From a review that appeared on the Italian site, De Baser:

The great jazz vocalists have shaped the kind of features which should blend in a song: the feel for rhythm of a true musician; the interpretation of the melody; a unique delivery of the lyrics, and; playing off the other musicians and improvising. This is an art of the past, ‘classical’ and very demanding, which few singers achieve today. Consider singers like Anita O’Day, the sacred three Billie/Ella/Sarah Vaughan, Carmen McRae, Betty Carter, Mark Murphy and Sheila Jordan. This art is perhaps carried out today only by Kurt Elling.

A few years ago, sifting through foreign music magazines in a shop, I read rave reviews of a new album by a self-produced singer from California in the jazz journal Downbeat (four and 1/2 stars). Apparently this was a ‘new’ singer who performed standards, both known and obscure, and who often relied on just her voice and a bass to deliver detailed and unique performances! The few times I’ve heard singers with the courage to do this with great results, it was Sheila Jordan, Nancy King, and early Tierney Sutton, whose voices and interpretations are absolutely extraordinary.

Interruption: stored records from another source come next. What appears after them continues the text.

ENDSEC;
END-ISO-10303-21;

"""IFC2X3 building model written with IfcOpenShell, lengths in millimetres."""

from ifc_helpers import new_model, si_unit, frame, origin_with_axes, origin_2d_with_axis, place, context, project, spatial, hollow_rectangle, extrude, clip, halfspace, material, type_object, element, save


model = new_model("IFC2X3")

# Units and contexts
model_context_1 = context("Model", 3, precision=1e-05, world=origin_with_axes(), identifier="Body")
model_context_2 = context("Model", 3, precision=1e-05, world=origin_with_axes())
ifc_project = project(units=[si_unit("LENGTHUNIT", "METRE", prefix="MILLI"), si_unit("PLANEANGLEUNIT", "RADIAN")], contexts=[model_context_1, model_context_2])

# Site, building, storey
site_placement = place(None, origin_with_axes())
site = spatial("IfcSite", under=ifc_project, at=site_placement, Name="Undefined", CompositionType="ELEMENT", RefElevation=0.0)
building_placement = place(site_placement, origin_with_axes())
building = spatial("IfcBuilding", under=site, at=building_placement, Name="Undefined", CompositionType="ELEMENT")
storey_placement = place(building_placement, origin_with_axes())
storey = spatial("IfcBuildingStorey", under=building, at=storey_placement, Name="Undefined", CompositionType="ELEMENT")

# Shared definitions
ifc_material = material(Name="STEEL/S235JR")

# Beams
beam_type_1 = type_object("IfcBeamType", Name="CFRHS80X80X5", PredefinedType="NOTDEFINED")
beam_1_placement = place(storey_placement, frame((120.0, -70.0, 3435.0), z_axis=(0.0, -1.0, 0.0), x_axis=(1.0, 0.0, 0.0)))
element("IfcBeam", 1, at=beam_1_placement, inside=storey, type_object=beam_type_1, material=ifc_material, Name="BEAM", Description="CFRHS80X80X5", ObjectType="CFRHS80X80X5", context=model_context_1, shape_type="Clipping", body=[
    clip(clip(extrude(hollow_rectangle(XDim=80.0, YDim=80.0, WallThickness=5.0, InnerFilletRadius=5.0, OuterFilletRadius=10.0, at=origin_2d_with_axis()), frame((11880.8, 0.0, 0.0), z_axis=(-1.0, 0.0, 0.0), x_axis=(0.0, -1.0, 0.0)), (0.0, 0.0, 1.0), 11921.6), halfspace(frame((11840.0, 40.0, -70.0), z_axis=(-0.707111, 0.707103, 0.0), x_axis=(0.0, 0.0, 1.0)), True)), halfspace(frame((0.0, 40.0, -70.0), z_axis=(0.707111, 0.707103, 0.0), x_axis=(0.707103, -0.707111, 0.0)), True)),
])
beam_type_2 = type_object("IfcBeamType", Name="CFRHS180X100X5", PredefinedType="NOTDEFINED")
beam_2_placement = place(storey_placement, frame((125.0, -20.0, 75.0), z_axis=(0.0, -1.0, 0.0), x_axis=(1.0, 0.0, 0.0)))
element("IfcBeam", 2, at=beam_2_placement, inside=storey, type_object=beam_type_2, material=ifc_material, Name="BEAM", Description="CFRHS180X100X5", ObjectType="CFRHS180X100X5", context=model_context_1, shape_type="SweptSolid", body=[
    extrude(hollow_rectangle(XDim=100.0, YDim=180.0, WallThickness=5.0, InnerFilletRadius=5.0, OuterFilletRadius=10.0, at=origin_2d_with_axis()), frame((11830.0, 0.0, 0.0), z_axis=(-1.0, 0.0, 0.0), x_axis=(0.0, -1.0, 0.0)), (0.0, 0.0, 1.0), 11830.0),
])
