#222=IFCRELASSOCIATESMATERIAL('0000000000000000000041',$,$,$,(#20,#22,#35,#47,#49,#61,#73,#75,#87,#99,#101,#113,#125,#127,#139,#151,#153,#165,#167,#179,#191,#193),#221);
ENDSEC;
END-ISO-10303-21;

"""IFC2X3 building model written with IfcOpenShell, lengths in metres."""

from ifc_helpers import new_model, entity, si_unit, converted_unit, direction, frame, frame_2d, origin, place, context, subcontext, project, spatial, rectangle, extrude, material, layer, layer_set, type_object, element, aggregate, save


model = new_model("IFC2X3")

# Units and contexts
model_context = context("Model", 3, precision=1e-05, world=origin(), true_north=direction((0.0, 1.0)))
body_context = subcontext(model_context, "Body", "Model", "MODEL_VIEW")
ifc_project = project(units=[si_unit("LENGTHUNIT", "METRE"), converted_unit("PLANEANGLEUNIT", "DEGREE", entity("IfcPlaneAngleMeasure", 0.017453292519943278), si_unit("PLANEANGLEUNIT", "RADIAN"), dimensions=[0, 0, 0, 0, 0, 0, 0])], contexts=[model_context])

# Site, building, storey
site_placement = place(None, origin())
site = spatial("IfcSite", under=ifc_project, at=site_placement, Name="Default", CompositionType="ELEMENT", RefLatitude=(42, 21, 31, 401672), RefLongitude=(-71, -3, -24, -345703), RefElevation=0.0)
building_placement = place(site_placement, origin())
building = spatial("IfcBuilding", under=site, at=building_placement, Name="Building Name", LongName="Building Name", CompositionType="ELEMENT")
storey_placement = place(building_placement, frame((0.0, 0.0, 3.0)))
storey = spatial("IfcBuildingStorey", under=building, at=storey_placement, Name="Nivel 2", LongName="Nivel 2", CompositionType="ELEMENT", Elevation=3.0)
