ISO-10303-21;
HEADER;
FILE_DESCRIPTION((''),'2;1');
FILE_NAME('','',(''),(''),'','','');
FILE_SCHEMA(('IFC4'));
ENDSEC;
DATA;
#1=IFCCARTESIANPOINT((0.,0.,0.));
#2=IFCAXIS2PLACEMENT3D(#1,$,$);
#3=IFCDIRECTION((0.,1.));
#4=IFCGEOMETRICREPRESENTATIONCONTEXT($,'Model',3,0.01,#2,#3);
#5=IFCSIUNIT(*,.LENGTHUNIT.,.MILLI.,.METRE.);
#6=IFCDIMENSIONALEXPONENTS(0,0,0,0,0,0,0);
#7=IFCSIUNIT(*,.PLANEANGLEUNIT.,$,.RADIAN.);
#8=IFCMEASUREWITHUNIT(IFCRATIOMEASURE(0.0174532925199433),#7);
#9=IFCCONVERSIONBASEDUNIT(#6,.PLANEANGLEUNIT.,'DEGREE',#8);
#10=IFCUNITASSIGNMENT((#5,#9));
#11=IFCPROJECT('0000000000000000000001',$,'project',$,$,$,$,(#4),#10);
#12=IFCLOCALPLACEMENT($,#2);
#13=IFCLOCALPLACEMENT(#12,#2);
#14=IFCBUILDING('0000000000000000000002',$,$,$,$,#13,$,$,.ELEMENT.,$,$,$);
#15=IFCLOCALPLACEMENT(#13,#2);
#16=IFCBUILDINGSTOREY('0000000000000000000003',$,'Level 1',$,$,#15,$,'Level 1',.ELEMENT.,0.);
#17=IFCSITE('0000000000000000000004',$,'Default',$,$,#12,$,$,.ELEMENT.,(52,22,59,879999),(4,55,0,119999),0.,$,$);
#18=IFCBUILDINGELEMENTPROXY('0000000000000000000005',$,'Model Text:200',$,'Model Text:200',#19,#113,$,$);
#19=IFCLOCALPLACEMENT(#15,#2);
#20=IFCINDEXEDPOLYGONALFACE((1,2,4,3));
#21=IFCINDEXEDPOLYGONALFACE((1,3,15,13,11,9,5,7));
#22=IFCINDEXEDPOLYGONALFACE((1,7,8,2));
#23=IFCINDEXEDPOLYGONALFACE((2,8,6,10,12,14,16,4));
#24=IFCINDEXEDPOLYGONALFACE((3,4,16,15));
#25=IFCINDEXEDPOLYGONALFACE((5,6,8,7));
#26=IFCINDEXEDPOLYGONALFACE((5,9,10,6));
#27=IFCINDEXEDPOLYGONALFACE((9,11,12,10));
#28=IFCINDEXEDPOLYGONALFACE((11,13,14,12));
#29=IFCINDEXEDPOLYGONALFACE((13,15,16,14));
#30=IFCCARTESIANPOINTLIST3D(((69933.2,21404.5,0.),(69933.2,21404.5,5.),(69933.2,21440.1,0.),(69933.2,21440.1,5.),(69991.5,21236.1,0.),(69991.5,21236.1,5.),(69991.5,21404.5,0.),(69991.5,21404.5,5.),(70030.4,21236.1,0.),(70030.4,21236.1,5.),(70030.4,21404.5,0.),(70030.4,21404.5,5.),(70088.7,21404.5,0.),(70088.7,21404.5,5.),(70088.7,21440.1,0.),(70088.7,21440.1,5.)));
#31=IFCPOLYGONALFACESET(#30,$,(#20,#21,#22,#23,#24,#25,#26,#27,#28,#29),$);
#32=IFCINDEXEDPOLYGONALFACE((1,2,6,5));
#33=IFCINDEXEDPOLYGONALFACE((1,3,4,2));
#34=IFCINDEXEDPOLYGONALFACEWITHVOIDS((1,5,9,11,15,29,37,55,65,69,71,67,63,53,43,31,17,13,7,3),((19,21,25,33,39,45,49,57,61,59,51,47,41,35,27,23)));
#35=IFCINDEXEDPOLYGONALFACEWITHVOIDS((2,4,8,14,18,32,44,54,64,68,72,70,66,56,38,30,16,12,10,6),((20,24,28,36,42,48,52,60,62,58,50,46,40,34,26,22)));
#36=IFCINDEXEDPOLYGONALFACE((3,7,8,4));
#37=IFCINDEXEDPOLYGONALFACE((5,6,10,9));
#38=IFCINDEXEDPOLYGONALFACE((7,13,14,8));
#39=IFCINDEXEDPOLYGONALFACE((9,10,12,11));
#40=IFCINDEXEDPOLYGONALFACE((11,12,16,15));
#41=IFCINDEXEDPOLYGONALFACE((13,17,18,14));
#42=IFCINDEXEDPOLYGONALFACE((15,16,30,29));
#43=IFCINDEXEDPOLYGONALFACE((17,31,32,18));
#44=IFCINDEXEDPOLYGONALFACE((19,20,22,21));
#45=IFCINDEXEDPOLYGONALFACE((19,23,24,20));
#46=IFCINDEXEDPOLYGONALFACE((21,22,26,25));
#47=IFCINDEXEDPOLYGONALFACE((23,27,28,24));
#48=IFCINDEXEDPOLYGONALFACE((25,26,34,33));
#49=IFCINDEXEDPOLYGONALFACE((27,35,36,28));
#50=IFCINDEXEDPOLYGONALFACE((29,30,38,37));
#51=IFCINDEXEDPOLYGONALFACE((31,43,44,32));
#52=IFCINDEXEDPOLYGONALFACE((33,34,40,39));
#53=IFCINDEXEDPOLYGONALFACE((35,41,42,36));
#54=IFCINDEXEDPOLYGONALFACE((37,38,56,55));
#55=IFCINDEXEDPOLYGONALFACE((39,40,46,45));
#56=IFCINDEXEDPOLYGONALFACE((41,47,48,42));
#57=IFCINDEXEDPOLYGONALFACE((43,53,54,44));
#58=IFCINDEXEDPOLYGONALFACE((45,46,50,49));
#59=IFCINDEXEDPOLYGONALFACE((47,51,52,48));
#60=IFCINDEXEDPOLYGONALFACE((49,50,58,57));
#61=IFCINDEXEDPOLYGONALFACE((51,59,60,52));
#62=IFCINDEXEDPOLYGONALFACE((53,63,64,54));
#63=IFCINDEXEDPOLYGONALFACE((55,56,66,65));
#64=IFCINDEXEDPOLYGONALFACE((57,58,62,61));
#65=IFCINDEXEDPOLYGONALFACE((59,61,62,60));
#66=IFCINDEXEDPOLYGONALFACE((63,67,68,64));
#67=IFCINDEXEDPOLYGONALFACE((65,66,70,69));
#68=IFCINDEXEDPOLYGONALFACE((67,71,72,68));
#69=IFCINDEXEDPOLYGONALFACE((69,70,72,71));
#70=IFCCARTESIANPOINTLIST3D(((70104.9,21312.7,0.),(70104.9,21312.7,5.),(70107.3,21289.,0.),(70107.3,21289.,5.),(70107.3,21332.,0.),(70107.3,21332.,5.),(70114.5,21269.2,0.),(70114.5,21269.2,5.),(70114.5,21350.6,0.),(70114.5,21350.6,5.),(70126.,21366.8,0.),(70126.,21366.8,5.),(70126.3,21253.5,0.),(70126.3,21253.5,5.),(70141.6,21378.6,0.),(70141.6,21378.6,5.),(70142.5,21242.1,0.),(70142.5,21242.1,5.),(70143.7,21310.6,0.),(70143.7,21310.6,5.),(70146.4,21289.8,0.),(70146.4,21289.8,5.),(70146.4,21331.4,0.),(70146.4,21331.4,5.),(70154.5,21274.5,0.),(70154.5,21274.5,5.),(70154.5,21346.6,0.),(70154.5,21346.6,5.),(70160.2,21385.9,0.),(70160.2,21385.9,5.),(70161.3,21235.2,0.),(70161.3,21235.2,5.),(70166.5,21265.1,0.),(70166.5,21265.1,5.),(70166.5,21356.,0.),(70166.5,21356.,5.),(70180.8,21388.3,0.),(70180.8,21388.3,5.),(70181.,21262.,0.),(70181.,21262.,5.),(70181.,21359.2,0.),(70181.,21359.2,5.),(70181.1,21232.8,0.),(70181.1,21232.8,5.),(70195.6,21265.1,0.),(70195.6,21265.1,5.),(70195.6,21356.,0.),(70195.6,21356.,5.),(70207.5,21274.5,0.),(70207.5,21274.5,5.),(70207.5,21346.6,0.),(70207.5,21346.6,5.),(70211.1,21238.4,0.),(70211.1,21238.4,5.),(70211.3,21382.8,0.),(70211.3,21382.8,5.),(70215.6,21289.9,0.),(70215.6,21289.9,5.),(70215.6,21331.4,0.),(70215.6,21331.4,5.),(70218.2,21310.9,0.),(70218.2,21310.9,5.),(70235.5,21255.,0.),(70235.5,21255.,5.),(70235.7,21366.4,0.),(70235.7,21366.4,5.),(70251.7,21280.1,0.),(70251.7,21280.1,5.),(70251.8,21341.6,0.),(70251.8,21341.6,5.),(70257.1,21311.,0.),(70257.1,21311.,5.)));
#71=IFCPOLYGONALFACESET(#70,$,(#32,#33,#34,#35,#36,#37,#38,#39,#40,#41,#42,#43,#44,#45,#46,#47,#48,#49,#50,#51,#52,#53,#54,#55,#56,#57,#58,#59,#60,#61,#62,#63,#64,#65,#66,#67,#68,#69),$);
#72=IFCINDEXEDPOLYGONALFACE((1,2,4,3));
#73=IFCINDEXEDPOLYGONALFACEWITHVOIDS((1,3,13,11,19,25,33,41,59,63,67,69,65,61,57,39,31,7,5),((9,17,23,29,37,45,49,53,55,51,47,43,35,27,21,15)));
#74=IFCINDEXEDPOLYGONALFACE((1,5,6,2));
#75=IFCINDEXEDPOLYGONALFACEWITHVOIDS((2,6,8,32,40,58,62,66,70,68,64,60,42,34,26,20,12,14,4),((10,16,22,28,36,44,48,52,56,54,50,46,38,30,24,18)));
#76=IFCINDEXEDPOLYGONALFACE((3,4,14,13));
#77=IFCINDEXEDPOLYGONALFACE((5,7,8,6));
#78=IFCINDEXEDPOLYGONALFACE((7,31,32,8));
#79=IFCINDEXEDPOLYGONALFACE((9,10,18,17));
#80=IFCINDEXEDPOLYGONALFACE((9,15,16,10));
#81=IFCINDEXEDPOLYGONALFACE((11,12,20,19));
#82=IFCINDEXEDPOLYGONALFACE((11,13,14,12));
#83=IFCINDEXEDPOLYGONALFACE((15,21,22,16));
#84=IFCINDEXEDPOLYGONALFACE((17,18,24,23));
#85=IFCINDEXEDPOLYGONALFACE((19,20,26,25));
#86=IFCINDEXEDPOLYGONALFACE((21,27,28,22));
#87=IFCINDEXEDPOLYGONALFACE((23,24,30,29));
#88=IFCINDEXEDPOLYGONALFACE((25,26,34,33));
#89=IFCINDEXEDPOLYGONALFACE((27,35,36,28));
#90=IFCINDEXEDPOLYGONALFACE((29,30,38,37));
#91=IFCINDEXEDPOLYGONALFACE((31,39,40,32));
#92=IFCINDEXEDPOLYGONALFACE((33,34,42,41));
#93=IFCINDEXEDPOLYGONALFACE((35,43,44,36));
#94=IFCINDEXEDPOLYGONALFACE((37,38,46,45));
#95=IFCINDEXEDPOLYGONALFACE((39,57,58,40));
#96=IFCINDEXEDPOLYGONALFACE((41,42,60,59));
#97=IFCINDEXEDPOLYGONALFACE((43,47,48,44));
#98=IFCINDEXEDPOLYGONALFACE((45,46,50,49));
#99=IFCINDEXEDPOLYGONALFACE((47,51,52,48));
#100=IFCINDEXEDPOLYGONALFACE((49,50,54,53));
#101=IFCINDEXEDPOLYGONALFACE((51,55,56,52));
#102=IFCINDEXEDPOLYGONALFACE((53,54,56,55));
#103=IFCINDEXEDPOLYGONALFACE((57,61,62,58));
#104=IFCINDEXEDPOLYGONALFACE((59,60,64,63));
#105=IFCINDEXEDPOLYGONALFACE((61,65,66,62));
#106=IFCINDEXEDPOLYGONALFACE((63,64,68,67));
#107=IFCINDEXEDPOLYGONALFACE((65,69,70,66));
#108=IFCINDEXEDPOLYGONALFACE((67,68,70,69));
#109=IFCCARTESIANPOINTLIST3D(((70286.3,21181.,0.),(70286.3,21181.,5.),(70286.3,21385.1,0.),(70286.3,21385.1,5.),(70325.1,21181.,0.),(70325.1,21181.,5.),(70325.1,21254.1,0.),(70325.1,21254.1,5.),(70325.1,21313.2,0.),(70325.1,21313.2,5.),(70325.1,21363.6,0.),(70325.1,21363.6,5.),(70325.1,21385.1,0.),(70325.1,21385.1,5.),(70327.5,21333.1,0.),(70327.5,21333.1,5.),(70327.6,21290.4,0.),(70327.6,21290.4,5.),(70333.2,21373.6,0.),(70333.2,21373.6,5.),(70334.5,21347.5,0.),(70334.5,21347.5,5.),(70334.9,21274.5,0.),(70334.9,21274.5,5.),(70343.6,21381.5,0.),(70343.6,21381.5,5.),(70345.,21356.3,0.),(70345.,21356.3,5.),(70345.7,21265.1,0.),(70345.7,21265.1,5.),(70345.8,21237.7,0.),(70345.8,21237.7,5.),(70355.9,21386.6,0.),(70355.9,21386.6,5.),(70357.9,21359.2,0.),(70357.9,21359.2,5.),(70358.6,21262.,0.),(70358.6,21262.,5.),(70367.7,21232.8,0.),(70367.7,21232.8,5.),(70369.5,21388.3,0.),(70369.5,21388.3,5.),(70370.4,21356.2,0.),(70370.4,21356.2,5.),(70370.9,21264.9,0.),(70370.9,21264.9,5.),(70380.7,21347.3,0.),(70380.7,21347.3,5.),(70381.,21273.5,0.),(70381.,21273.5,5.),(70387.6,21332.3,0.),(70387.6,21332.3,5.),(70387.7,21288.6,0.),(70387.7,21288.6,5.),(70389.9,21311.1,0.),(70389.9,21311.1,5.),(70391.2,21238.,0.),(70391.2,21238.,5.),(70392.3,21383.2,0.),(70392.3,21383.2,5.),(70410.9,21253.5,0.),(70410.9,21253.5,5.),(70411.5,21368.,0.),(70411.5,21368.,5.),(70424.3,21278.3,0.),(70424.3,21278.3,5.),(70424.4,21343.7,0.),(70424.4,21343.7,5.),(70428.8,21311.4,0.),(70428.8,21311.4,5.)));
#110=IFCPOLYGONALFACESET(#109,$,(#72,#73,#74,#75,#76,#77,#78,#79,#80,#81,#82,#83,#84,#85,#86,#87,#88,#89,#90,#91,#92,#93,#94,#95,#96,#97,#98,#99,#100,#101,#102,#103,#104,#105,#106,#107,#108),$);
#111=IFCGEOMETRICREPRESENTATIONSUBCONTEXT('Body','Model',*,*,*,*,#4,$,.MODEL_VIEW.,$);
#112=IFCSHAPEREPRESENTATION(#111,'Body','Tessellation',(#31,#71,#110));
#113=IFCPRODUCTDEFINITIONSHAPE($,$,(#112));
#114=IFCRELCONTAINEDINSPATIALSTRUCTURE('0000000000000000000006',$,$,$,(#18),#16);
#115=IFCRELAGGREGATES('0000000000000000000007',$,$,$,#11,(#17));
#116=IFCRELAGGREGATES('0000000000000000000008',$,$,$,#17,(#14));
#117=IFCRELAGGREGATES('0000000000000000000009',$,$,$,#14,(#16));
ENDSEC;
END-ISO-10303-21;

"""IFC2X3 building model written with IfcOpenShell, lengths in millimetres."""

from ifc_helpers import new_model, entity, si_unit, converted_unit, direction, frame, origin, place, context, subcontext, project, spatial, polyline, outline, extrude, element, save


model = new_model("IFC2X3")

# Units and contexts
model_context = context("Model", 3, precision=0.01, world=origin(), true_north=direction((0.0, 1.0)))
body_context = subcontext(model_context, "Body", "Model", "MODEL_VIEW")
ifc_project = project(units=[si_unit("LENGTHUNIT", "METRE", prefix="MILLI"), converted_unit("PLANEANGLEUNIT", "DEGREE", entity("IfcRatioMeasure", 0.0174532925199433), si_unit("PLANEANGLEUNIT", "RADIAN"), dimensions=[0, 0, 0, 0, 0, 0, 0])], contexts=[model_context])

# Site, building, storey
site_placement = place(None, origin())
site = spatial("IfcSite", under=ifc_project, at=site_placement, Name="Default", CompositionType="ELEMENT", RefLatitude=(52, 22, 59, 879999), RefLongitude=(4, 55, 0, 119999), RefElevation=0.0)
building_placement = place(site_placement, origin())
building = spatial("IfcBuilding", under=site, at=building_placement, CompositionType="ELEMENT")
storey_placement = place(building_placement, origin())
storey = spatial("IfcBuildingStorey", under=building, at=storey_placement, Name="Level 1", LongName="Level 1", CompositionType="ELEMENT", Elevation=0.0)

# Building element proxy
proxy_1_placement = place(building_placement, origin())
element("IfcBuildingElementProxy", 1, at=proxy_1_placement, inside=storey, Name="Model Text:200", ObjectType="Model Text:200", context=body_context, shape_type="SweptSolid", body=[
    extrude(outline(polyline([(-19.4, -135.2), (19.4, -135.2), (19.4, 33.2), (77.7, 33.2), (77.7, 68.8), (-77.7, 68.8), (-77.7, 33.2), (-19.4, 33.2), (-19.4, -135.2)])), frame((70010.9, 21371.3, 0.0)), (0.0, 0.0, 1.0), 5.0),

However, a few weeks later I managed to get the cd. The enthusiasm was entirely due, no less. Karen Marguth has a light voice, decidedly agile, mobile, and accurate. She has the rare, great capacity for true champions of instrumental jazz singing to surprise and fascinate. With a strong improvisational verve, she can scat and deliver tongue twisters at breakneck speed, playing with the sounds of words and managing rapid chord changes without neglecting a subtle, playful joke or falling into triviality. Her skill at vocalese is reminiscent of Annie Ross.   Her virtuosity is clear in any weather, from the fastest tunes with the whole band or alone with a bass, to slower ballads, to songs from vaudeville. Her touching version of “Everything Happens To Me” for voice and mandolin is truly worthy of historical interpreters of the past.

Karen plays with a group of guitar, bass, mandolin, and drums, called Espacio, which creates around her voice a sound that is rhythmically driving but airy and light, almost Gypsy jazz to my ears.  This record is a gem. It is so not only because Ms. Marguth IS that kind of incredible, gifted performer; but the more so because her whole group here is tight and strong, plain and rough in the best sense, with its own peculiar sound. I wish her good luck on her new album, hoping that the unpredictable beauty and originality of this impeccable self-produced CD does not go astray.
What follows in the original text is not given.